Running the project on ISAE's computers [toc]

You can use the following steps:

open a Terminal on the computer
clone this repository using the following command:

git clone https://gitlab.isae-supaero.fr/mae-ac/language-detection.git

Load the Anaconda module using the following command:

module load anaconda3/2023

Activate the Python environment using the following command:

source activate mae1-env

Run your editor or you IDE. For vscode, run:

code

Assignment [toc]

you and anyone looking at your code should be able to run the following command without getting any errors:

make test

💡 Note

for any question x, you can run make qx to see the output of this question, e.g. make q1 or make q4.2.1

Q1. Occurrence frequency analysis [toc]

❗ Important

there are no tests to run in this section, you can relax... for now 😉

Your first objective is to find the occurrence frequencies of the letters of the alphabet in a text.

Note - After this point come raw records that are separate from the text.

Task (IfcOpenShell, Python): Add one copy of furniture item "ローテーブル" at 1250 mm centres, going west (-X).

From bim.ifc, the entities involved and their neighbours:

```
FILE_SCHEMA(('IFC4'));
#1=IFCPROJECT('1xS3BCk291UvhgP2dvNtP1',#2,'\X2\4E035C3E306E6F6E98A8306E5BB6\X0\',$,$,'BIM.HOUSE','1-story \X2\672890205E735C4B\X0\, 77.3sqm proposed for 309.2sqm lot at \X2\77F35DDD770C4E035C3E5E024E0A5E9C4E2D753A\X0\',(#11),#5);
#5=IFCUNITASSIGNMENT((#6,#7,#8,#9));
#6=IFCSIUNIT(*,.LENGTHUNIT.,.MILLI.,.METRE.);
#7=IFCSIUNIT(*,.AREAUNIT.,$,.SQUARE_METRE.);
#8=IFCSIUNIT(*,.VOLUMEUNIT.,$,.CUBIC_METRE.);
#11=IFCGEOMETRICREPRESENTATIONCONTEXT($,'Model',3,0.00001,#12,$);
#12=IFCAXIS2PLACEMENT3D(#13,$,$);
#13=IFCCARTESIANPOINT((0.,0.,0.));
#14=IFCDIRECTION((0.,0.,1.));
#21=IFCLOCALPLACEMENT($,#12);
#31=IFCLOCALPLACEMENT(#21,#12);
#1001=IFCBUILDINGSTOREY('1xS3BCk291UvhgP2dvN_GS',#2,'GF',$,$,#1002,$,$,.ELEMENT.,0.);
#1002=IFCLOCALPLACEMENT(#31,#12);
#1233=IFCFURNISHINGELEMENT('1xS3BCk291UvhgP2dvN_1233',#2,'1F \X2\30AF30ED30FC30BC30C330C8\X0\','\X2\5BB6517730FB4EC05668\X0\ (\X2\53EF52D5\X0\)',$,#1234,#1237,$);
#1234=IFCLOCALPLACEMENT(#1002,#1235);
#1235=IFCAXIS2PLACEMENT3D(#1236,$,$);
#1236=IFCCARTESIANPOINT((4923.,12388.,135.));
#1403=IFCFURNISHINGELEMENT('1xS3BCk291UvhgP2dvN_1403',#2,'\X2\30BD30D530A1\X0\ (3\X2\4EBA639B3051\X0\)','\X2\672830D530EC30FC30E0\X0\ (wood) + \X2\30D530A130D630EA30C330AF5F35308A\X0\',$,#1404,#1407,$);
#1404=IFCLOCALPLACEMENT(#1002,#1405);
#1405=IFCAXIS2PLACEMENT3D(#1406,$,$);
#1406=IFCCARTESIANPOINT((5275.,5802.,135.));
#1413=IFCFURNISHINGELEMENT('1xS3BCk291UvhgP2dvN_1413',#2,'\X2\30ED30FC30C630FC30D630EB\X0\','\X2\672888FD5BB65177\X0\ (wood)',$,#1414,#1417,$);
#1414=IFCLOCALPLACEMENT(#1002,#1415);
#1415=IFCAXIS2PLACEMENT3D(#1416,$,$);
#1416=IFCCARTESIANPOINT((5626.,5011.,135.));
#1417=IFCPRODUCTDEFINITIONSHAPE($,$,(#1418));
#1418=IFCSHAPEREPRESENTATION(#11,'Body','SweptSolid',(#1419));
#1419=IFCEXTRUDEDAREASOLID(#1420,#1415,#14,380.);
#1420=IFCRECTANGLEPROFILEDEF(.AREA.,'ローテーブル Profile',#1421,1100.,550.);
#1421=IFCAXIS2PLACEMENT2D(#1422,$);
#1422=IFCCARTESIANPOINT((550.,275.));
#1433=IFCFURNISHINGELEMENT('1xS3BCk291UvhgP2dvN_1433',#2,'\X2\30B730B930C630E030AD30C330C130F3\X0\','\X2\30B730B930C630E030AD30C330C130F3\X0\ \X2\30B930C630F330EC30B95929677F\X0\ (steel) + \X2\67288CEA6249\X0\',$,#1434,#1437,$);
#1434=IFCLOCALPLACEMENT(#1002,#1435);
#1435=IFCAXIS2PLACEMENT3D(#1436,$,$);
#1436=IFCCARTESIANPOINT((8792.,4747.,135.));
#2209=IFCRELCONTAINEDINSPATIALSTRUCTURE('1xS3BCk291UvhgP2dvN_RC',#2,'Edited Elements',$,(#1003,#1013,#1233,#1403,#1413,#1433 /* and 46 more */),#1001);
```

```python
import numpy as np
import ifcopenshell
import ifcopenshell.api.geometry
import ifcopenshell.api.root
import ifcopenshell.util.element
import ifcopenshell.util.placement

model = ifcopenshell.open("bim.ifc")


def reuse_history(source, copy):
    """copy_class also copies each property set's owner history, people and application; keep the originals."""
    for rel in copy.IsDefinedBy:
        if rel.is_a("IfcRelDefinesByProperties") and (history := rel.RelatingPropertyDefinition.OwnerHistory):
            rel.RelatingPropertyDefinition.OwnerHistory = source.OwnerHistory
            ifcopenshell.util.element.remove_deep2(model, history)


source = model.by_guid("1xS3BCk291UvhgP2dvN_1413")
base = ifcopenshell.util.placement.get_local_placement(source.ObjectPlacement)
step = np.array([-1.0, 0.0, 0.0]) * 1250.0

for i in range(1, 2):
    copy = ifcopenshell.api.root.copy_class(model, product=source)
    copy.Representation = ifcopenshell.util.element.copy_deep(
        model, source.Representation, exclude=["IfcGeometricRepresentationContext", "IfcRepresentationMap"]
    )
    reuse_history(source, copy)
    matrix = base.copy()
    matrix[:3, 3] += i * step
    print("added at", matrix[:3, 3].round(3) + 0.0)
    ifcopenshell.api.geometry.edit_object_placement(model, product=copy, matrix=matrix, is_si=False)

model.write("bim-out.ifc")
```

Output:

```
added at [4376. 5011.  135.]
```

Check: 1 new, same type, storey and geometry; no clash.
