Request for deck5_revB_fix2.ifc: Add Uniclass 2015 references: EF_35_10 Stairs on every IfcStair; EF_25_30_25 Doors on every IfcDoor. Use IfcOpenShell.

First a look at what the model holds.

```python
import ifcopenshell

model = ifcopenshell.open("deck5_revB_fix2.ifc")
print(model.schema)
print("classifications:", [c.Name for c in model.by_type("IfcClassification")])
for ifc_class in ("IfcDoor", "IfcRoof", "IfcStair", "IfcWall", "IfcWindow"):
    print(ifc_class, len(model.by_type(ifc_class)))
```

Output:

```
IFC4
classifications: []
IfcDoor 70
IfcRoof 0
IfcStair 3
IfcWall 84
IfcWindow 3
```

```python
import ifcopenshell
import ifcopenshell.api.classification

model = ifcopenshell.open("deck5_revB_fix2.ifc")

system = ifcopenshell.api.classification.add_classification(model, classification="Uniclass 2015")

codes = {
    "IfcStair": ("EF_35_10", "Stairs"),
    "IfcDoor": ("EF_25_30_25", "Doors"),
}
for ifc_class, (code, name) in codes.items():
    products = model.by_type(ifc_class)
    ifcopenshell.api.classification.add_reference(
        model, products=products, classification=system, identification=code, name=name
    )
    print(code, len(products))

model.write("deck5_revB_fix2_updated.ifc")
```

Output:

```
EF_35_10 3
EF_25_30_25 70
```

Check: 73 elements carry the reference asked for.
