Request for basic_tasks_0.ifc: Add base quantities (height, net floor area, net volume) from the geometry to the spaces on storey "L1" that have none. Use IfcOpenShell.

First a look at what the model holds.

```python
import ifcopenshell
import ifcopenshell.util.element
import ifcopenshell.util.unit

model = ifcopenshell.open("basic_tasks_0.ifc")
print(model.schema)
for unit_type in ("LENGTHUNIT", "AREAUNIT", "VOLUMEUNIT"):
    print(unit_type, ifcopenshell.util.unit.calculate_unit_scale(model, unit_type))
storey = next(s for s in model.by_type("IfcBuildingStorey") if s.Name == "L1")
spaces = [e for e in ifcopenshell.util.element.get_decomposition(storey) if e.is_a("IfcSpace")]
for e in sorted(spaces, key=lambda e: e.id()):
    print(e.id(), e.is_a(), e.Name, list(ifcopenshell.util.element.get_psets(e, qtos_only=True)), sep=" | ")
```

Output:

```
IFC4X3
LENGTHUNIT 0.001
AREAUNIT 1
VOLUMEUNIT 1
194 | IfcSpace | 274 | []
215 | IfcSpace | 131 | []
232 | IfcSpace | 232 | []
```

```python
import ifcopenshell
import ifcopenshell.api.pset
import ifcopenshell.geom
import ifcopenshell.util.element
import ifcopenshell.util.shape
import ifcopenshell.util.unit

model = ifcopenshell.open("basic_tasks_0.ifc")
unit_scale = ifcopenshell.util.unit.calculate_unit_scale(model)
area_scale = ifcopenshell.util.unit.calculate_unit_scale(model, "AREAUNIT")
volume_scale = ifcopenshell.util.unit.calculate_unit_scale(model, "VOLUMEUNIT")
settings = ifcopenshell.geom.settings()

storey = next(s for s in model.by_type("IfcBuildingStorey") if s.Name == "L1")
spaces = [e for e in ifcopenshell.util.element.get_decomposition(storey) if e.is_a("IfcSpace")]

for e in sorted(spaces, key=lambda e: e.id()):
    if ifcopenshell.util.element.get_psets(e, qtos_only=True, should_inherit=False):
        continue
    # Geometry comes back in metres, in the element's own axes.
    shape = ifcopenshell.geom.create_shape(settings, e)
    values = {
        "Height": ifcopenshell.util.shape.get_z(shape.geometry) / unit_scale,
        "NetFloorArea": ifcopenshell.util.shape.get_footprint_area(shape.geometry) / area_scale,
        "NetVolume": ifcopenshell.util.shape.get_volume(shape.geometry) / volume_scale,
    }
    qto = ifcopenshell.api.pset.add_qto(model, product=e, name="Qto_SpaceBaseQuantities")
    ifcopenshell.api.pset.edit_qto(model, qto=qto, properties=values)
    print(e.id(), {k: round(v, 3) for k, v in values.items()})

model.write("basic_tasks_0_edited.ifc")
```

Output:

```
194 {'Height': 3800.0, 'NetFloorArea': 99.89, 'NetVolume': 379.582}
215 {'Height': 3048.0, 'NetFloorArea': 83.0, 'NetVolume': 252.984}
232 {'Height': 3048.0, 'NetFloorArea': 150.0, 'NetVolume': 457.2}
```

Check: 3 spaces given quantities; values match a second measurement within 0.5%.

📝 Open the occurrence_frequencies.py script in your editor of choice and fill it. This file already contains the steps to follow :

Add the following line at the start of your script, which will allow the use of the type annotations below

from typing import Dict

Create a dictionary containing the letters with the occurrences equal to 0
For each letter in the text, increment the corresponding entry of the dictionary
Normalize the values of the dictionary in order to have frequencies (the sum is equal to 1)

Q2. Enhanced occurrence frequency analysis [toc]

📁 Create a new file called enhanced_occurrence_frequencies.py in the src/ directory.

⚙️ you can run the make test command and see 6 failing tests. These tests should hopefully pass at the end of this question!

Now we will use the Wuthering Heights by Emily Bronte text and analyze it.

📝 You should now be able to answer the following questions:

Write a function read_text to read a text file and return a string text containing only lower case characters.

arguments:

filename: str

return: str

Apply this function to the file data/english_wuthering_heights.txt and store its content in the variable my_text.
Write a function compute_occurence_frequencies to compute the occurrence frequencies of the letters of a string alphabet in the string text. This function returns the corresponding dictionary.

arguments:

text: str

alphabet: str

return: Dict[str, float]

Apply this function to the string characters = "abcdefghijklmnopqrstuvwxyz" and the string my_text. Store the output dictionary in the variable english_of (english occurrence frequency).
Compute the occurrence frequencies of french, spanish and german languages by respectively using the files french_madame_bovary.txt, spanish_don_quijote.txt and german_kritik_der_reinen_vernunft.txt.
The Kullback–Leibler (KL) divergence defines a kind of distance between two probability distributions. If we consider two distributions
P=(p_1, \ldots,p_n)
and
Q=(q_1, \ldots,q_n)
:
D_{KL}(P,Q)=\sum_{i=1}^{n} p_i \log_2 \frac{p_i}{q_i}

💡 Note

All the
q_i
must be strictly positive. If some of them are equal to zero, do not consider the corresponding symbol.

Since the KL divergence is not symmetric, you can symmetrize it by computing the absolute value of the average of

D_{KL}(P,Q)

and

D_{KL}(Q,P)

.

💡 Note

You need the log and the fabs functions. Since there are not loaded by default, you must add the line from math import log,fabs at the beginning of your file.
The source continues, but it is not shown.